Ireland miss out on hosting 2023 Rugby World Cup

Rugby World Cup 2023 Ruck Time
22 March 2017; Chief Executive of the IRFU Philip Browne in attendance at an Ireland 2023 Rugby World Cup Media Conference at the Merrion Hotel in Dublin following a two day visit by the World Rugby Technical Review Group visit as part of Ireland’s bid to host the 2023 Rugby World Cup. Photo by Brendan Moran/Sportsfile

France win member unions’ vote to stage Rugby World Cup in 2023

By Damian Dolan

Ireland have missed out on hosting the 2023 Rugby World Cup with member unions instead voting to award the tournament to France.

South Africa had been favourites to stage the prestigious event following publication of the independent evaluation report on the bids of the three competing nations.

Ireland were eliminated after the first round of voting having gained just eight votes. France received 18 and South Africa 13.

Round two of voting saw France receive 24 votes and South Africa 15.

It now remains to be seen if the IRFU will bring a legal challenge against World Rugby, having been very vocal in its criticism of the report and its marking, which favoured South Africa’s bid.

The IRFU wrote to World Rugby chief executive Brett Gosper to voice its concerns over the independent evaluation report. The Irish Times reported sources last week as saying that legal action is among the options being considered.

France has also been critical of the report for containing “blatant errors”.

Ireland challenged four key areas in the report which awarded significantly higher marks to South Africa, and which ultimately ranked South Africa at nearly 79%, three percent higher than France in second place and six percent higher than Ireland.

IRFU chief executive Philip Browne wrote to all rugby unions expressing Ireland’s concerns over the marks.

“There’s a fine line between whinging and having justifiable concerns round the accuracy of what is contained in a report that World Rugby has placed so much store and weight‚” Browne told The Irish Examiner at the weekend.

“The answer is it [the outcome] is finely balanced amongst the three bids. That’s the fact. We owe it to ourselves‚ the Government and people of Ireland‚ who have been very enthusiastic‚ to fight to the end for it.”

World Rugby responded to Ireland’s concerns with a statement, which read: “World Rugby can confirm that it has addressed in full, clarification requests by the Rugby World Cup 2023 host candidates and council members.

“The ability to submit clarification requests following the publication of the recommendation and comprehensive report on 31 October was agreed and permitted within the host selection process operated by World Rugby.

Rugby World Cup 2023 Ruck Time
15 November 2017; Ireland 2023 bid ambassador Brian O’Driscoll and IRFU Commercial Director Padraig Power, left, at the Rugby World Cup 2023 host union announcement at the Royal Garden Hotel, London, England. Photo by Brendan Moran/Sportsfile

“These clarifications have been addressed with significant supporting detail, and have been shared with the host candidates and World Rugby council.
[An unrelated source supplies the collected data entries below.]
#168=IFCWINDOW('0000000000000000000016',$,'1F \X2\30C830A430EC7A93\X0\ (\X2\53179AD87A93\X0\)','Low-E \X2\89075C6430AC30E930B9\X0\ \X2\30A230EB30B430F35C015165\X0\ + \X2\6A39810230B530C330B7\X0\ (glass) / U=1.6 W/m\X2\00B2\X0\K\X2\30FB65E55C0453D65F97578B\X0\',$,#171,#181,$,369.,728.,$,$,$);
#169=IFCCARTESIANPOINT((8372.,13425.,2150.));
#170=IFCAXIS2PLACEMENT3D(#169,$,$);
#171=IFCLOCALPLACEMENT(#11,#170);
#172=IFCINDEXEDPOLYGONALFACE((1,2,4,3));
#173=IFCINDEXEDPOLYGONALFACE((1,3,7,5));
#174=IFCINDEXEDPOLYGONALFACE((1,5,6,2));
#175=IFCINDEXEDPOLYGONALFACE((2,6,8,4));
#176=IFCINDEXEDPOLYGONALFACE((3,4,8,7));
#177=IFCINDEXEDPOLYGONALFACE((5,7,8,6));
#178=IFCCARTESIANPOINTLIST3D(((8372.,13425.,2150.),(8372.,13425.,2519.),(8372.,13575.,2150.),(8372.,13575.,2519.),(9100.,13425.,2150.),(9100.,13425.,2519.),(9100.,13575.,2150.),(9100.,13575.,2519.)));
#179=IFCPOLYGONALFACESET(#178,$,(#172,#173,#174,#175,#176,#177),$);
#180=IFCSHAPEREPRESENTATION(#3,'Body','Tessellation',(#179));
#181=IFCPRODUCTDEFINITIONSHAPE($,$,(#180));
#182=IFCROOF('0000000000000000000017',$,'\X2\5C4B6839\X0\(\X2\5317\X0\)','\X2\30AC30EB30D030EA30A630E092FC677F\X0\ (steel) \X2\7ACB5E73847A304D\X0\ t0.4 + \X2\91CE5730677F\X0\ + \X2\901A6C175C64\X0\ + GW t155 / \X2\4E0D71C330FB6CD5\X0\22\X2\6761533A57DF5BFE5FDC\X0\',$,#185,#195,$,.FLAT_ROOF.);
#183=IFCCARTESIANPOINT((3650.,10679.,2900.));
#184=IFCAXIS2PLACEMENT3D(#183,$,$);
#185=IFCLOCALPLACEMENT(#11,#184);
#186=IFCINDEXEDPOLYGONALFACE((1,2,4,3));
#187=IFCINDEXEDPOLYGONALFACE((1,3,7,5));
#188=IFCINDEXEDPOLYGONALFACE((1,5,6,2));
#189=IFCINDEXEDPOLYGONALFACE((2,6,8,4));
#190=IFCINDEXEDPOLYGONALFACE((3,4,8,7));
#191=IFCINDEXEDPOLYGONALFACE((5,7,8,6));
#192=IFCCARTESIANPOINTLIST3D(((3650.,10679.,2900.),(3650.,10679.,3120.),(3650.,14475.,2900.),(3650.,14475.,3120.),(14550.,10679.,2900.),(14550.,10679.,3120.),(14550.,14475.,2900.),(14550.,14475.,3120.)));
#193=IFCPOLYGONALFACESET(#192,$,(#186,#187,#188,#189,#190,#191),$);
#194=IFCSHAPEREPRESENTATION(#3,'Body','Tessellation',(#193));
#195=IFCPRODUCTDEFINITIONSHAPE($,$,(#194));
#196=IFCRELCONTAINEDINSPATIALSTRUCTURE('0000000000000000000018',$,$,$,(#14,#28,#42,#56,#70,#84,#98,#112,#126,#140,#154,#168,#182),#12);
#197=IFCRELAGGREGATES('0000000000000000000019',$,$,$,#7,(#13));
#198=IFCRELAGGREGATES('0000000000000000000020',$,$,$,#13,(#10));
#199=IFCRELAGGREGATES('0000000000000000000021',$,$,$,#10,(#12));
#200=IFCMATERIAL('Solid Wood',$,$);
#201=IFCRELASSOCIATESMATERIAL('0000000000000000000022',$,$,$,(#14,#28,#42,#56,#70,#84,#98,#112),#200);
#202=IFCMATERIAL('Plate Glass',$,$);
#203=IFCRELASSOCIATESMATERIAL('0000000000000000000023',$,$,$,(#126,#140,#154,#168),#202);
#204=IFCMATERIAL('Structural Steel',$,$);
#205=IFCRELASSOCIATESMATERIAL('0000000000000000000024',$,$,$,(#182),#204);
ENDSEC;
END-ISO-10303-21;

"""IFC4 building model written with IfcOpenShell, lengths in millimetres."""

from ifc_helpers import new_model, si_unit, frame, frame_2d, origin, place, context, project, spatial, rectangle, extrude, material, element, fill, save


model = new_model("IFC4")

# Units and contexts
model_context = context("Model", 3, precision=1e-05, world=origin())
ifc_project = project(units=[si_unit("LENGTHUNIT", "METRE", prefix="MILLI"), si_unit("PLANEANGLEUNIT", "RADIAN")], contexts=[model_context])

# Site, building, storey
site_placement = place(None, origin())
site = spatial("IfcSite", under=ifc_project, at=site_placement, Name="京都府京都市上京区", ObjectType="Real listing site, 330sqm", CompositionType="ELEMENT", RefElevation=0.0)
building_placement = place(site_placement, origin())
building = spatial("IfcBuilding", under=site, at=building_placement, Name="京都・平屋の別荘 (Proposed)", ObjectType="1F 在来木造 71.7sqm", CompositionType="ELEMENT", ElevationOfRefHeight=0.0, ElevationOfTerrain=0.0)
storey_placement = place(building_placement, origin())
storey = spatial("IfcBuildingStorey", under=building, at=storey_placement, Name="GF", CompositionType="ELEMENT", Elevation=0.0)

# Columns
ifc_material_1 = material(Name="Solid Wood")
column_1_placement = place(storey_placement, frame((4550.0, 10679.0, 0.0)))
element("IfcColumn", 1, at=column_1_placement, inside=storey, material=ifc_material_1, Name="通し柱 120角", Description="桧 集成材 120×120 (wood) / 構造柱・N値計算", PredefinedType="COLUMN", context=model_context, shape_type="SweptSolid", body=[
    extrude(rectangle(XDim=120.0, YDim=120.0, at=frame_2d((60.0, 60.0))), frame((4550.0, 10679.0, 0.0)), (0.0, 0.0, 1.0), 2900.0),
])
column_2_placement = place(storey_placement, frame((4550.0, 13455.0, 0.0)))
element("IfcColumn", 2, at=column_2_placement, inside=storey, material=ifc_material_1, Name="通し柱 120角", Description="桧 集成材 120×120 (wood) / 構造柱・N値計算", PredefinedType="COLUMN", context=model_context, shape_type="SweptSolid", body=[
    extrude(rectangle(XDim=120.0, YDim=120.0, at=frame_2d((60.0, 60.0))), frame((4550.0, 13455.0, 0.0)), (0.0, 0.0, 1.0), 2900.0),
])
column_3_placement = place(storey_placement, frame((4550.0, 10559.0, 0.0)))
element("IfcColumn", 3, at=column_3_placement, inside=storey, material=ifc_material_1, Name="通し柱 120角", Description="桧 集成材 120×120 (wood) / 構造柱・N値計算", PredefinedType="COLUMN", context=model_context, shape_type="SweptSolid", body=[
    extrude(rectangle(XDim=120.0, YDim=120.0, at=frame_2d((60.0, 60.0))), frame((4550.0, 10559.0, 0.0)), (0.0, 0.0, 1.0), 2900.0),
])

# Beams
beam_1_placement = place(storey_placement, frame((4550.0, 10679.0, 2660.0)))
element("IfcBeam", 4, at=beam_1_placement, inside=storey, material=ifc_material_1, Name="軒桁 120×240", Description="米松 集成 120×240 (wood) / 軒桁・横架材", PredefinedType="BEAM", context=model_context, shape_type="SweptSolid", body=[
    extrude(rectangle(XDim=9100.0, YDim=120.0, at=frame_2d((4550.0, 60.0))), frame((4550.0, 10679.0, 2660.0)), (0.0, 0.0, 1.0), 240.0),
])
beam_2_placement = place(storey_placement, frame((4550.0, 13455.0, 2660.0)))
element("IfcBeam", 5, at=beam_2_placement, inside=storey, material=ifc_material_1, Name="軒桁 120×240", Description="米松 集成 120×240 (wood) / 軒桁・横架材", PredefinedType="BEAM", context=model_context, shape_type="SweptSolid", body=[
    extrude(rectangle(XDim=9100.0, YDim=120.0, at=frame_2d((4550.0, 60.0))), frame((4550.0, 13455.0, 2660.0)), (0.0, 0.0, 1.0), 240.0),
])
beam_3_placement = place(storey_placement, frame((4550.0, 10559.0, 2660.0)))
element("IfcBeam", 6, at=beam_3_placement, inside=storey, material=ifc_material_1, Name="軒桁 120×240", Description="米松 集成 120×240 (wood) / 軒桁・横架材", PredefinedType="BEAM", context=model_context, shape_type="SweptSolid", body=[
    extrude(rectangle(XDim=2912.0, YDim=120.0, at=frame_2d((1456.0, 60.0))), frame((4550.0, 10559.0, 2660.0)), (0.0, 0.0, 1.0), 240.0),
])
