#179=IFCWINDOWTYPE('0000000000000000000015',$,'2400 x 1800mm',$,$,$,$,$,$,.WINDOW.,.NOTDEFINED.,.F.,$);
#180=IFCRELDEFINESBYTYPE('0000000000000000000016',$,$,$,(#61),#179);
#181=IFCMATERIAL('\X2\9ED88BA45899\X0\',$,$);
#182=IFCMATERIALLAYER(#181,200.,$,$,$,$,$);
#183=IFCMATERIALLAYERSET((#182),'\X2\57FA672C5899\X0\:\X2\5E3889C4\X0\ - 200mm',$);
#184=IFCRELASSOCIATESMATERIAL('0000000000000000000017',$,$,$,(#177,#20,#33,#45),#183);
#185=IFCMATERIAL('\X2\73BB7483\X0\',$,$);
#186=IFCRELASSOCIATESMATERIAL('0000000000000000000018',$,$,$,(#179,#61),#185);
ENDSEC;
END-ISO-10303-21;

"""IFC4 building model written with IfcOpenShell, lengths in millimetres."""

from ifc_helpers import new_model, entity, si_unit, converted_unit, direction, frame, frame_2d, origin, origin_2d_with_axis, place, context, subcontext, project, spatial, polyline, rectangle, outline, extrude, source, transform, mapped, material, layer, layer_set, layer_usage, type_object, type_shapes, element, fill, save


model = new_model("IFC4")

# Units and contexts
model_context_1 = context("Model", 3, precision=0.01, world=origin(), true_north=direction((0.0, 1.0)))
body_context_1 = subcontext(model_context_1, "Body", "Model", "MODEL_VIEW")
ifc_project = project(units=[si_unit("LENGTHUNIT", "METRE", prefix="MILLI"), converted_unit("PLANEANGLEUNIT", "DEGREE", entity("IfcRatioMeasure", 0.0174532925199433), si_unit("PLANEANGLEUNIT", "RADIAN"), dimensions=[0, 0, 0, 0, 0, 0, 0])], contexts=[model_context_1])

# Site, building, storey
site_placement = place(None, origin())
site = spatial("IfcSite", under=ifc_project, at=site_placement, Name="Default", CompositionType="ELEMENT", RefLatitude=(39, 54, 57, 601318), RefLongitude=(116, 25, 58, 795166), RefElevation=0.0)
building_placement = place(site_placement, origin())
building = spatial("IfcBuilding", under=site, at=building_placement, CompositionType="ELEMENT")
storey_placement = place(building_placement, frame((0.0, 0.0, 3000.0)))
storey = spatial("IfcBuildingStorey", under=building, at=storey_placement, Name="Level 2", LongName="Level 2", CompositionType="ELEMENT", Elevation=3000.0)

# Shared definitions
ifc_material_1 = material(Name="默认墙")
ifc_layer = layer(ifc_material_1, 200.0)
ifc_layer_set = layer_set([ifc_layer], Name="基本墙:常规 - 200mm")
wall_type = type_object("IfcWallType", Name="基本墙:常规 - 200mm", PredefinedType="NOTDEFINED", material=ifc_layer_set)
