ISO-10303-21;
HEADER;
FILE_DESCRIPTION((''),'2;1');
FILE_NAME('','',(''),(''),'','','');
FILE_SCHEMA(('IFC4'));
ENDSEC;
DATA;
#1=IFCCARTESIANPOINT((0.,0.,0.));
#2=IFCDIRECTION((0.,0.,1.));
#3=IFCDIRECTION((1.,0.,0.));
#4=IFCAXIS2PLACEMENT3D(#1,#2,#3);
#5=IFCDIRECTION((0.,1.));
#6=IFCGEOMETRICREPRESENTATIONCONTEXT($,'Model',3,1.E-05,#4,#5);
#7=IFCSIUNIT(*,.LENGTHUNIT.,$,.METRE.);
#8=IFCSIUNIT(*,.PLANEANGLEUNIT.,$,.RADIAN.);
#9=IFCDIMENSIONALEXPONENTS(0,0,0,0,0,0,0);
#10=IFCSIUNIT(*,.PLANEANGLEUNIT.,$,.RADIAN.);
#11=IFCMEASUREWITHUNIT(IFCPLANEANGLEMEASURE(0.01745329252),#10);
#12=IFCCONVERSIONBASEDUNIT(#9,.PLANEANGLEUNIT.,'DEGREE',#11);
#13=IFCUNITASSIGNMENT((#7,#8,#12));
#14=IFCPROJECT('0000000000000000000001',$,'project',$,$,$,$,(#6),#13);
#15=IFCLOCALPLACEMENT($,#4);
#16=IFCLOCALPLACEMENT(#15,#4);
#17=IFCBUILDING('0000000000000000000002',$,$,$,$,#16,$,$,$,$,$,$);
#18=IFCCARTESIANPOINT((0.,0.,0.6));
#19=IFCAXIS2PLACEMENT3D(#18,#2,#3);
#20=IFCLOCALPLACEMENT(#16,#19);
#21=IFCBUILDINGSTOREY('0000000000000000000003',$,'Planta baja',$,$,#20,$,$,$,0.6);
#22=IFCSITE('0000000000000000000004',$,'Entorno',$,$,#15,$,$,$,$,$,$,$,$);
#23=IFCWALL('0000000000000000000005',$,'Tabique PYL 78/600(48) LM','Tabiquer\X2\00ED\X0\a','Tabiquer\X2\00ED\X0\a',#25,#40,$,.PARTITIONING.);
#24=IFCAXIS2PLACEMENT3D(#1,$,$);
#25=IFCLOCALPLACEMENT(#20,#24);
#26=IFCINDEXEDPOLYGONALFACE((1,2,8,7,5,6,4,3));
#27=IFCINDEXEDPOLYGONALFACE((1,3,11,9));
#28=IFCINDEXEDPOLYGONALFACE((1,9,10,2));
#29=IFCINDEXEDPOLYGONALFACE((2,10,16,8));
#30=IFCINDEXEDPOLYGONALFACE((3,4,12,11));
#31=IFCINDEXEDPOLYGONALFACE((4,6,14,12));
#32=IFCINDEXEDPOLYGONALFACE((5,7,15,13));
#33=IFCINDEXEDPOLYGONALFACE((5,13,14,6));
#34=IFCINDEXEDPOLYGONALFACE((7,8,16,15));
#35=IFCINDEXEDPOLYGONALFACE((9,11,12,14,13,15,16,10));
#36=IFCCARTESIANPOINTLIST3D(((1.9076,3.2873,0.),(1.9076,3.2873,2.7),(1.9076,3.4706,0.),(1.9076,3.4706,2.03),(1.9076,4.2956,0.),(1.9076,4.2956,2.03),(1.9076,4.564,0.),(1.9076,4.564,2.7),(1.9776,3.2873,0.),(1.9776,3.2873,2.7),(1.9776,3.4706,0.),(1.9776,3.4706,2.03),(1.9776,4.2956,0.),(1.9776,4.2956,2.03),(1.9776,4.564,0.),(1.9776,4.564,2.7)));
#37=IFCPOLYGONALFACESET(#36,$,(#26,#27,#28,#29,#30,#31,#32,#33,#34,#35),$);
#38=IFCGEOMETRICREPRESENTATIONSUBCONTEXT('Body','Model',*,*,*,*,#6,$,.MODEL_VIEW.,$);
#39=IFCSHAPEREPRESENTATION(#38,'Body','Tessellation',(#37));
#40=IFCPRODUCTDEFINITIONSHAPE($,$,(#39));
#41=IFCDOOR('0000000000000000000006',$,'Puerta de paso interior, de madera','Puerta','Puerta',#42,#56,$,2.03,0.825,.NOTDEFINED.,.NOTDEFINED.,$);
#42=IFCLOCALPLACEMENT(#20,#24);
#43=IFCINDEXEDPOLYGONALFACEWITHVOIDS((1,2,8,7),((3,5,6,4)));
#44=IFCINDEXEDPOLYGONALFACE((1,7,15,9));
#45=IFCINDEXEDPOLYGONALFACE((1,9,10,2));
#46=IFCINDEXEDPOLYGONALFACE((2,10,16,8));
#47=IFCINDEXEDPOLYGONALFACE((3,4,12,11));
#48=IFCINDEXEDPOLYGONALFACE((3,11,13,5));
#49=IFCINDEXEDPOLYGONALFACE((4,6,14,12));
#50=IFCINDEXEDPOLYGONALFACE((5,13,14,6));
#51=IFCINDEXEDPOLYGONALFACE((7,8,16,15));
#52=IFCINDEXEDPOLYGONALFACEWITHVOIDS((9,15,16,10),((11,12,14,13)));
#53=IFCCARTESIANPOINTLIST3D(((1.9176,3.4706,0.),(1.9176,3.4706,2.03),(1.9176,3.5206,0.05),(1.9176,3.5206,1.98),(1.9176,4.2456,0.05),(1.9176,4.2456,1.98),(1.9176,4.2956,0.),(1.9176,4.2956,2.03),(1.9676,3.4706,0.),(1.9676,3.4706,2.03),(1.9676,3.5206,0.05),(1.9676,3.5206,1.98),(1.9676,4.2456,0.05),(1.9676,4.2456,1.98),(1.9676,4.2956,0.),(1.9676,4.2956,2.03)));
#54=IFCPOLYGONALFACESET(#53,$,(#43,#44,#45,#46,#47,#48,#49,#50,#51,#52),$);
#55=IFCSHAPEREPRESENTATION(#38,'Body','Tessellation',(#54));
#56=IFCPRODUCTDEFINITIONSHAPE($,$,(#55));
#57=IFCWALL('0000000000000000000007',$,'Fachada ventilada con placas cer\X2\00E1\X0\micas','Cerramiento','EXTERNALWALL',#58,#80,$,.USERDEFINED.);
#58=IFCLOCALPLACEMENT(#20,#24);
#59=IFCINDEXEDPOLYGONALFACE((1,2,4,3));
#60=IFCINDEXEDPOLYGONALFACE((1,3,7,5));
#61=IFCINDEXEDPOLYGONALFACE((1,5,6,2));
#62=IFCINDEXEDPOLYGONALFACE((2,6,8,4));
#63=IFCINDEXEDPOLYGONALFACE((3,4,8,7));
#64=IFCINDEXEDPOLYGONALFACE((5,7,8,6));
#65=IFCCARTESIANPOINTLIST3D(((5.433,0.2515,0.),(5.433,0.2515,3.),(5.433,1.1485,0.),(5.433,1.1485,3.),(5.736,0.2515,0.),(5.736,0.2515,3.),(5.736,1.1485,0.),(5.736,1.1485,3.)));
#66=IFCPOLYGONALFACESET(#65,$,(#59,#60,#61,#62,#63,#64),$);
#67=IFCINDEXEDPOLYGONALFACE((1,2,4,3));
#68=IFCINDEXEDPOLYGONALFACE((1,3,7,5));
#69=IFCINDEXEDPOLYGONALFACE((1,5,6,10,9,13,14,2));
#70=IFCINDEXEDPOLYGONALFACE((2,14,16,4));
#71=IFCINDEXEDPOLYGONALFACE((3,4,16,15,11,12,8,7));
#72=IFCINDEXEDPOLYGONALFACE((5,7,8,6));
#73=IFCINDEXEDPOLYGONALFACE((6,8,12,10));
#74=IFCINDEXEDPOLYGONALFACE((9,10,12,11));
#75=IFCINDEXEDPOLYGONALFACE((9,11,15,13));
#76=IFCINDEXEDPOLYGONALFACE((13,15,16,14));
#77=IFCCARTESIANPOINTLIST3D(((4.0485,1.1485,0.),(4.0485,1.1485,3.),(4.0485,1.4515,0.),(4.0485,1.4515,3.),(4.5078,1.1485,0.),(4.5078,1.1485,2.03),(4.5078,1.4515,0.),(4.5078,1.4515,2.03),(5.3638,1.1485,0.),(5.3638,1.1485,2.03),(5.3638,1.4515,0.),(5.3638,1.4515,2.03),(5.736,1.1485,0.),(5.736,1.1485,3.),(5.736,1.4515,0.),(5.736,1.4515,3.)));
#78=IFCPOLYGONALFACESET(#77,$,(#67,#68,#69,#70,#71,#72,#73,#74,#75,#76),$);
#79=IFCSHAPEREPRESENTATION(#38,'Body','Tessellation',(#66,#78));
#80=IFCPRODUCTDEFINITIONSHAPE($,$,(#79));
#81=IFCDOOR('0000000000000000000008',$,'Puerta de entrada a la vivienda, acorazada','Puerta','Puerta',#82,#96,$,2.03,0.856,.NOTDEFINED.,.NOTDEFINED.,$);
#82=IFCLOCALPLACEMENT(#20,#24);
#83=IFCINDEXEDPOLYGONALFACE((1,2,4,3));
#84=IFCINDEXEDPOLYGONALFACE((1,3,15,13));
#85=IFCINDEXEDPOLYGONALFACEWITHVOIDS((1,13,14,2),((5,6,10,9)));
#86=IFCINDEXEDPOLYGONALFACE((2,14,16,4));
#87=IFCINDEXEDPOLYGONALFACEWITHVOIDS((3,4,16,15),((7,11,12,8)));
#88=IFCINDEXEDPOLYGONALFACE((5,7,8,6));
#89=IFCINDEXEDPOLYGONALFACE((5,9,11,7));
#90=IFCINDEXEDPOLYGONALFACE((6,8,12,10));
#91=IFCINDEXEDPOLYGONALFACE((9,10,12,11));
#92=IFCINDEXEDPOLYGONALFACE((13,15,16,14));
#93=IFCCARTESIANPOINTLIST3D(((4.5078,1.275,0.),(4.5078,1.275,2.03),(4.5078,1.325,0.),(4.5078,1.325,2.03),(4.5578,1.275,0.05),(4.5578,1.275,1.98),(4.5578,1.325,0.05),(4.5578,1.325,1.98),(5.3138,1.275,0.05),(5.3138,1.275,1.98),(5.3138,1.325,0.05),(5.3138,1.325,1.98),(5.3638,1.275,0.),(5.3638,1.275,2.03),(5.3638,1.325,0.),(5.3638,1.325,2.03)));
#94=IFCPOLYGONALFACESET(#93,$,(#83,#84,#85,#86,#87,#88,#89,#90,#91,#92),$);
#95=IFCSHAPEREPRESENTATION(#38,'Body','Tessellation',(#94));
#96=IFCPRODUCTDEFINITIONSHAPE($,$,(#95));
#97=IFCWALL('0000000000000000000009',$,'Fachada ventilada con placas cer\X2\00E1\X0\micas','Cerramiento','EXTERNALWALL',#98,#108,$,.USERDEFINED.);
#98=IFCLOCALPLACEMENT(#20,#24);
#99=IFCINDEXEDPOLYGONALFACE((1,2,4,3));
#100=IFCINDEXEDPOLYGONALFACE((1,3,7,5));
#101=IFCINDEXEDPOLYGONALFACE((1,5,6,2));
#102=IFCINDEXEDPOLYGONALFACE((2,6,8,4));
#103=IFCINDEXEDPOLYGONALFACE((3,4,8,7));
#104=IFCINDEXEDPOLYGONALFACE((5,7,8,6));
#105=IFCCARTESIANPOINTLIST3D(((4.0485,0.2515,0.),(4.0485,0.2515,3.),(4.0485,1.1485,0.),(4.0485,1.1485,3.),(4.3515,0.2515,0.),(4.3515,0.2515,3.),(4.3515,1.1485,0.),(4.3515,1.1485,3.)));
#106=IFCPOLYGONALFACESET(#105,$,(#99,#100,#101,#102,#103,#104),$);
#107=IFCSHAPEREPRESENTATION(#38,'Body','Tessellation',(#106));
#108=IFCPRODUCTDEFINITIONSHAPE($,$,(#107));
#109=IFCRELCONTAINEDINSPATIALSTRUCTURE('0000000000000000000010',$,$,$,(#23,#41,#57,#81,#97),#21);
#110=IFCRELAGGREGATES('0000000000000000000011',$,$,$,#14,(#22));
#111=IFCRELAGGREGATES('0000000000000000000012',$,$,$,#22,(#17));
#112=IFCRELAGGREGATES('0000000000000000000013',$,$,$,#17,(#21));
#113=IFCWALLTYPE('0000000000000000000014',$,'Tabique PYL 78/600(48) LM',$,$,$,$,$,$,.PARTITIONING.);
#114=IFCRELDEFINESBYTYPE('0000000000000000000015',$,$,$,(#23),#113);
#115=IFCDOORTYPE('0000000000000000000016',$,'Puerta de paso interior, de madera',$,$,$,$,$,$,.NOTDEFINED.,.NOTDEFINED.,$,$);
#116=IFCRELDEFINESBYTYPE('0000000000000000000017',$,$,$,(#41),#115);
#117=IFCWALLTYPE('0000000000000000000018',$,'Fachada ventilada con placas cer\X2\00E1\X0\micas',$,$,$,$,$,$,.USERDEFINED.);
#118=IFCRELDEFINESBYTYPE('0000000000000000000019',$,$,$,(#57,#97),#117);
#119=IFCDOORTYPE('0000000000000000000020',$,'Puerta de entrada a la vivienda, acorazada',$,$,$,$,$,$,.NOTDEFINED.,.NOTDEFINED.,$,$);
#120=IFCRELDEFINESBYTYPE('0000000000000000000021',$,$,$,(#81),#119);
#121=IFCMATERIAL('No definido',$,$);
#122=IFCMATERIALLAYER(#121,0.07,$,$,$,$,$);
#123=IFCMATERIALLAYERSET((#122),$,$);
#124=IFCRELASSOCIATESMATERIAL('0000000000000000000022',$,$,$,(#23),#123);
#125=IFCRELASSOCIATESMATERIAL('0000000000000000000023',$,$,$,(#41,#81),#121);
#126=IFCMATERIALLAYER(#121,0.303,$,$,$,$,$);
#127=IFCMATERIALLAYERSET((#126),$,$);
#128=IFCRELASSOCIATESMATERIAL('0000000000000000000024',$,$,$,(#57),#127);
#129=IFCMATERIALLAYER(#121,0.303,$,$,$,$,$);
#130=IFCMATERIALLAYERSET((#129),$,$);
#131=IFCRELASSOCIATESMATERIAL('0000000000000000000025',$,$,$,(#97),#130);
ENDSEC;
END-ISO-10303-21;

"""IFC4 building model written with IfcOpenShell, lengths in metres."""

from ifc_helpers import new_model, entity, si_unit, converted_unit, direction, frame, origin_with_axes, origin_2d_with_axis, place, context, subcontext, project, spatial, rectangle, hollow_rectangle, extrude, shape, material, layer, layer_set, layer_usage, type_object, element, fill, save


model = new_model("IFC4")

# Units and contexts
model_context = context("Model", 3, precision=1e-05, world=origin_with_axes(), true_north=direction((0.0, 1.0)))
body_context = subcontext(model_context, "Body", "Model", "MODEL_VIEW")
footprint_context = subcontext(model_context, "FootPrint", "Model", "MODEL_VIEW")
ifc_project = project(units=[si_unit("LENGTHUNIT", "METRE"), si_unit("PLANEANGLEUNIT", "RADIAN"), converted_unit("PLANEANGLEUNIT", "DEGREE", entity("IfcPlaneAngleMeasure", 0.01745329252), si_unit("PLANEANGLEUNIT", "RADIAN"), dimensions=[0, 0, 0, 0, 0, 0, 0])], contexts=[model_context])

# Site, building, storey
site_placement = place(None, origin_with_axes())
site = spatial("IfcSite", under=ifc_project, at=site_placement, Name="Entorno")
building_placement = place(site_placement, origin_with_axes())
building = spatial("IfcBuilding", under=site, at=building_placement)
storey_placement = place(building_placement, frame((0.0, 0.0, 0.6), z_axis=(0.0, 0.0, 1.0), x_axis=(1.0, 0.0, 0.0)))
storey = spatial("IfcBuildingStorey", under=building, at=storey_placement, Name="Planta baja", Elevation=0.6)

# Shared definitions
ifc_material = material(Name="No definido")

# Shared definitions
wall_type_1 = type_object("IfcWallType", Name="Tabique PYL 78/600(48) LM", PredefinedType="PARTITIONING")

# Walls, openings, doors
door_type_1 = type_object("IfcDoorType", Name="Puerta de paso interior, de madera", OperationType="NOTDEFINED", PredefinedType="NOTDEFINED")
ifc_layer_1 = layer(ifc_material, 0.07)
ifc_layer_set_1 = layer_set([ifc_layer_1])
ifc_layer_usage_1 = layer_usage(ifc_layer_set_1, "AXIS2", "POSITIVE", -0.035)
wall_1_placement = place(storey_placement, frame((1.9426, 3.25, 0.0), z_axis=(0.0, 0.0, 1.0), x_axis=(0.0, 1.0, 0.0)))
cartesian_point_1 = entity("IfcCartesianPoint", [-0.6383, -1.35])
cartesian_point_2 = entity("IfcCartesianPoint", [-0.6383, -1.35])
wall_1 = element("IfcWall", 1, at=wall_1_placement, inside=storey, type_object=wall_type_1, material=ifc_layer_usage_1, Name="Tabique PYL 78/600(48) LM", Description="Tabiquería", ObjectType="Tabiquería", PredefinedType="PARTITIONING", context=body_context, shape_type="SolidModel", body=[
“The comprehensive and objective responses reflect the transparent principles at the heart of the independently audited process.

“They do not impact on the detail or outcomes of the evaluation report nor on the subsequent recommendation.”

Browne had previously told The Irish Times: “We felt we have had no choice but to rebut some of the inaccuracies in the report. We have spent five years working on this and have spent a significant amount of money, time and effort on this bid.”

The four key areas are stadia and ticketing, with Browne’s letter pointing to ‘starkly empty stadia’ for significant matches. In contrast, Ireland’s bid makes a commitment to assuring capacity attendances at all lower demand pool matches.


South Africa was previously stripped of the 2022 Commonwealth Games in Durban after failing to meet commitments, but Browne questions why the reasons behind this decision were not fully addressed in the report.

The third key area relates to security with all three countries ranked the same, despite South Africa’s high crime rate and the recent terrorist attacks in France.

The IRFU’s final concern relates to government guarantees over the minimum £120 million tournament fee.

World Rugby chairman Bill Beaumont responded to Ireland’s concerns by saying: “Following the publication of the Rugby World Cup 2023 recommendation and evaluation report, I would like to thank the host candidates for their feedback.

“In order for council to have appropriate time to consider all the materials, the window for dialogue is now closed. We now look forward to council making its decision in London on 15 November.”


In Dublin to witness South Africa’s 38-3 loss to Ireland at the Aviva Stadium, SA Rugby chief executive Jurie Roux backed the recommendation of the independent evaluation report.

He said: “We still have a vote to come on the 15th of November different people have different opinions but they have a fiduciary responsibility at that meeting to act accordingly‚” Roux said.

“We hope that sanity will prevail because an independent process is there for a very specific reason – to keep it independent.

“It would now be very difficult for any federation to go against this independent outcome because it would laugh in the face of transparency and process.”